**Directions for this task**. Go through the data below and copy each line that includes "IFCRELFILLSELEMENT".

◆ ◆ ◆ ◆ ◆ ◆ ◆

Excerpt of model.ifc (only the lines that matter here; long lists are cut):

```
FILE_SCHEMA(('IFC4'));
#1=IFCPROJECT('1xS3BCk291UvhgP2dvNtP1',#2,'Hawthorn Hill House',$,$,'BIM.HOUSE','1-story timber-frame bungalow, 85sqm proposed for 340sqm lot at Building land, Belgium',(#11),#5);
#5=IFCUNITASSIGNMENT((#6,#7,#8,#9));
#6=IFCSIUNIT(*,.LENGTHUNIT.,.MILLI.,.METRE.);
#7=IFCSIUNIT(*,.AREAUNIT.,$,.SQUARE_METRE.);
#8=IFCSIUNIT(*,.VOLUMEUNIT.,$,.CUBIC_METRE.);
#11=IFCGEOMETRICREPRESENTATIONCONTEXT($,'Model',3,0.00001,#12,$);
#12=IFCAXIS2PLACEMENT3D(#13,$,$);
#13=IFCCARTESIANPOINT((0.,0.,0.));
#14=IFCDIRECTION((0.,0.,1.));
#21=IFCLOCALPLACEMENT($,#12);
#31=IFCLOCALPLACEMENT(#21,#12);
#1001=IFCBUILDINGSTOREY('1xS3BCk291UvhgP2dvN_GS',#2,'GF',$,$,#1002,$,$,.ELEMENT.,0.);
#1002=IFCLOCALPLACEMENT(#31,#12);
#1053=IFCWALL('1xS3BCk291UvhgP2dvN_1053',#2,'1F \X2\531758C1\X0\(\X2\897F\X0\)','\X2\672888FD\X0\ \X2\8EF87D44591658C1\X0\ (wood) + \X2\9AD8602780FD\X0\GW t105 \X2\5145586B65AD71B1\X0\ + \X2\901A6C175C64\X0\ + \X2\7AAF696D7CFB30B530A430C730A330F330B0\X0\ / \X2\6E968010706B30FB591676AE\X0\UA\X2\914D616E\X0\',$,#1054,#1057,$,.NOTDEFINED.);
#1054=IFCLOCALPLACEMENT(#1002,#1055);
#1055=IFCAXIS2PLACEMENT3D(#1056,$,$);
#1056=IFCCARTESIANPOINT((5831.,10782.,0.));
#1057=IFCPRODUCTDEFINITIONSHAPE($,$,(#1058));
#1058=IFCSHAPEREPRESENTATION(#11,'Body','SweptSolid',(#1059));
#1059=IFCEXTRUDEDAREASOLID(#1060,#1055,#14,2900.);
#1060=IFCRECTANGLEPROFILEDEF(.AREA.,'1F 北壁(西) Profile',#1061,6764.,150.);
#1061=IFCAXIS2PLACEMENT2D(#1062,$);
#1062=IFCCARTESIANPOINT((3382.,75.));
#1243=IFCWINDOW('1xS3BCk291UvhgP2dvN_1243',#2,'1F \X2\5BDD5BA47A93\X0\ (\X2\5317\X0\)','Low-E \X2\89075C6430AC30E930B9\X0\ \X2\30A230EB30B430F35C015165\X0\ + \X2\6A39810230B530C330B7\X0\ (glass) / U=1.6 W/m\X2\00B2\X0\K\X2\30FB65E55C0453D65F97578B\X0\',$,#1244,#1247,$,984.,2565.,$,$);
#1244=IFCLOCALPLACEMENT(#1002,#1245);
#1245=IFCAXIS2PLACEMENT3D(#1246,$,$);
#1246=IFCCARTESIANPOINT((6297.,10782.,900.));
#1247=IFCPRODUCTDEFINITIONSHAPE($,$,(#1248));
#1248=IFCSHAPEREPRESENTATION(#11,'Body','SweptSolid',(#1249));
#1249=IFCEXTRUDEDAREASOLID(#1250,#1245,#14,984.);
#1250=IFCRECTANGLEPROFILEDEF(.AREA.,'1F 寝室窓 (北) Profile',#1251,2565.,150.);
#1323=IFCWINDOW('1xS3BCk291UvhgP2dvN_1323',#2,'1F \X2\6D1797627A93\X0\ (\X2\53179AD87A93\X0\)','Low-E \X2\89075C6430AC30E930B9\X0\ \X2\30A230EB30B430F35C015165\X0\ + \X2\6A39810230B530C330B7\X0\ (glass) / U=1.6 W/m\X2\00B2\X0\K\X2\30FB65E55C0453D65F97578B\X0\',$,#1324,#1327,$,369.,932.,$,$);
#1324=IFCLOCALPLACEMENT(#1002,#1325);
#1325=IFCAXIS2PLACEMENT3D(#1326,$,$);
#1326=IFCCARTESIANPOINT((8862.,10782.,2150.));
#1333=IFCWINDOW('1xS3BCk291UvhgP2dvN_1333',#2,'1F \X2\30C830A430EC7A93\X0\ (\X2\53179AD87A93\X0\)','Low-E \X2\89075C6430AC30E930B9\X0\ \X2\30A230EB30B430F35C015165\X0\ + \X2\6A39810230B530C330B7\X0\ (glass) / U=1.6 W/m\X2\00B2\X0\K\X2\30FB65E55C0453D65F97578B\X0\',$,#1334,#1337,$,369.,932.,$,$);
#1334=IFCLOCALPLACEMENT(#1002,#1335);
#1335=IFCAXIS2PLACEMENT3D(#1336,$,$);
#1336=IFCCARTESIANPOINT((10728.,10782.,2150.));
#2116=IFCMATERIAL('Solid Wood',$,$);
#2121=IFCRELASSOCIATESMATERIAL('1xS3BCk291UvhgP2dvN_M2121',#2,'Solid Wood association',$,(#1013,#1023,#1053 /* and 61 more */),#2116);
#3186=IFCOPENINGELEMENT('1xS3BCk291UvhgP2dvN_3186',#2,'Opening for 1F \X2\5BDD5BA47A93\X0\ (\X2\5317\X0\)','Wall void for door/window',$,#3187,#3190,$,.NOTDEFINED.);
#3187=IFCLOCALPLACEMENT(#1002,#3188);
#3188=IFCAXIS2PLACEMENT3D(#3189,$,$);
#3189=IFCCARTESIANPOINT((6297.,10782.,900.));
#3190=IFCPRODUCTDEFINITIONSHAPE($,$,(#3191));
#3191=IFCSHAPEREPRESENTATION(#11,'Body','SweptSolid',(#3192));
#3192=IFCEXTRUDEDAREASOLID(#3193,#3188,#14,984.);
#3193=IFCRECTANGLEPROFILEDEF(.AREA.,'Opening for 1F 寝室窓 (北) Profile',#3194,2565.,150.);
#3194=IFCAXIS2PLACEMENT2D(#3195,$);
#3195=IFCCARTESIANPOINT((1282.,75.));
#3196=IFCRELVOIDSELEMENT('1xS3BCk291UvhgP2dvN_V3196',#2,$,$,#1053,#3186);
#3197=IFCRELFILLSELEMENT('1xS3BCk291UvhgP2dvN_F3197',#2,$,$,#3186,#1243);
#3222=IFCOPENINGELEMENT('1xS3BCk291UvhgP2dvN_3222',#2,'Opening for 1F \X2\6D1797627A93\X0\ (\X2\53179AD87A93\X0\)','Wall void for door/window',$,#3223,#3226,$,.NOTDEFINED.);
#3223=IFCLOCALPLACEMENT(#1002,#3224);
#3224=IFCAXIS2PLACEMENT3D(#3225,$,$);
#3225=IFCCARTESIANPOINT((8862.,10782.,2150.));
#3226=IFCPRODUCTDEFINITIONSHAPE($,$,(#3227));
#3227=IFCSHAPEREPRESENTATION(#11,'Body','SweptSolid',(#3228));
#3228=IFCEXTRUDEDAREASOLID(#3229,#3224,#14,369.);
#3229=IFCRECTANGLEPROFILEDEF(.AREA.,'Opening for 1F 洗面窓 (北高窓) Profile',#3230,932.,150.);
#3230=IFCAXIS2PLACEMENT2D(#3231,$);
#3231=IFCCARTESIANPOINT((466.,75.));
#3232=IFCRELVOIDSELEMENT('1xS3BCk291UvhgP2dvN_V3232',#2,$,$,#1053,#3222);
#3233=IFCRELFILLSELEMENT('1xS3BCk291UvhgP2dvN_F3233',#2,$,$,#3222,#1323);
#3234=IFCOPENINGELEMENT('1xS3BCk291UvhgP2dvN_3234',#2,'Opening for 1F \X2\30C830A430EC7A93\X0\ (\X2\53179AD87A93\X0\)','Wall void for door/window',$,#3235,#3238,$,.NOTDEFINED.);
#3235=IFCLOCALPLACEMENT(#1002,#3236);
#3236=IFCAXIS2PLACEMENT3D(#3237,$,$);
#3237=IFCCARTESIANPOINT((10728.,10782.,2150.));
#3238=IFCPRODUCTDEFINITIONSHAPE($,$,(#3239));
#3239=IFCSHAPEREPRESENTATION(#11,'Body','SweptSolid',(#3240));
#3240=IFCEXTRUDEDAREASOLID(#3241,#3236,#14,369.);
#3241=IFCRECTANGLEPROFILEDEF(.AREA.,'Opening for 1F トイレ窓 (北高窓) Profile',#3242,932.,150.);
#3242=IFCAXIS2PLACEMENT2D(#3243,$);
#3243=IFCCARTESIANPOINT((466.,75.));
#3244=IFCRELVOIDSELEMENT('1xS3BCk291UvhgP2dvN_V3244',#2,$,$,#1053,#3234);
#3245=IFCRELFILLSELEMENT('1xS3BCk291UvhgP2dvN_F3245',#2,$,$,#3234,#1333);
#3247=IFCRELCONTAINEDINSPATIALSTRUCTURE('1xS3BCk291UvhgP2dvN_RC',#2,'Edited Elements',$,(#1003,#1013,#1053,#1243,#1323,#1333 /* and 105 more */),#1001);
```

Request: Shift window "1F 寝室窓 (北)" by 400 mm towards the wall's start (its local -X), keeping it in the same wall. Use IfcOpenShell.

```python
import ifcopenshell
import ifcopenshell.api.geometry
import ifcopenshell.util.placement
import ifcopenshell.util.unit

model = ifcopenshell.open("model.ifc")
unit_scale = ifcopenshell.util.unit.calculate_unit_scale(model)

window = model.by_id(1243)
opening = window.FillsVoids[0].RelatingOpeningElement
wall = opening.VoidsElements[0].RelatingBuildingElement

wall_matrix = ifcopenshell.util.placement.get_local_placement(wall.ObjectPlacement)
shift = wall_matrix[:3, 0] * -0.4 / unit_scale
before = ifcopenshell.util.placement.get_local_placement(window.ObjectPlacement)[:3, 3].copy()

# The window is not placed relative to its opening, so move both.
for product in (opening, window):
    matrix = ifcopenshell.util.placement.get_local_placement(product.ObjectPlacement)
    matrix[:3, 3] += shift
    ifcopenshell.api.geometry.edit_object_placement(model, product=product, matrix=matrix, is_si=False)

after = ifcopenshell.util.placement.get_local_placement(window.ObjectPlacement)[:3, 3]
print("window moved by", (after - before).round(3) + 0.0)

model.write("model_v2.ifc")
```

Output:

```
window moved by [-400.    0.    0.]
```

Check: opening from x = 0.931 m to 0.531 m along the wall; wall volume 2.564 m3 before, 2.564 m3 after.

◆ ◆ ◆ ◆ ◆ ◆ ◆

**Exercise solution**.
#3197=IFCRELFILLSELEMENT('1xS3BCk291UvhgP2dvN_F3197',#2,$,$,#3186,#1243);
#3233=IFCRELFILLSELEMENT('1xS3BCk291UvhgP2dvN_F3233',#2,$,$,#3222,#1323);
#3245=IFCRELFILLSELEMENT('1xS3BCk291UvhgP2dvN_F3245',#2,$,$,#3234,#1333);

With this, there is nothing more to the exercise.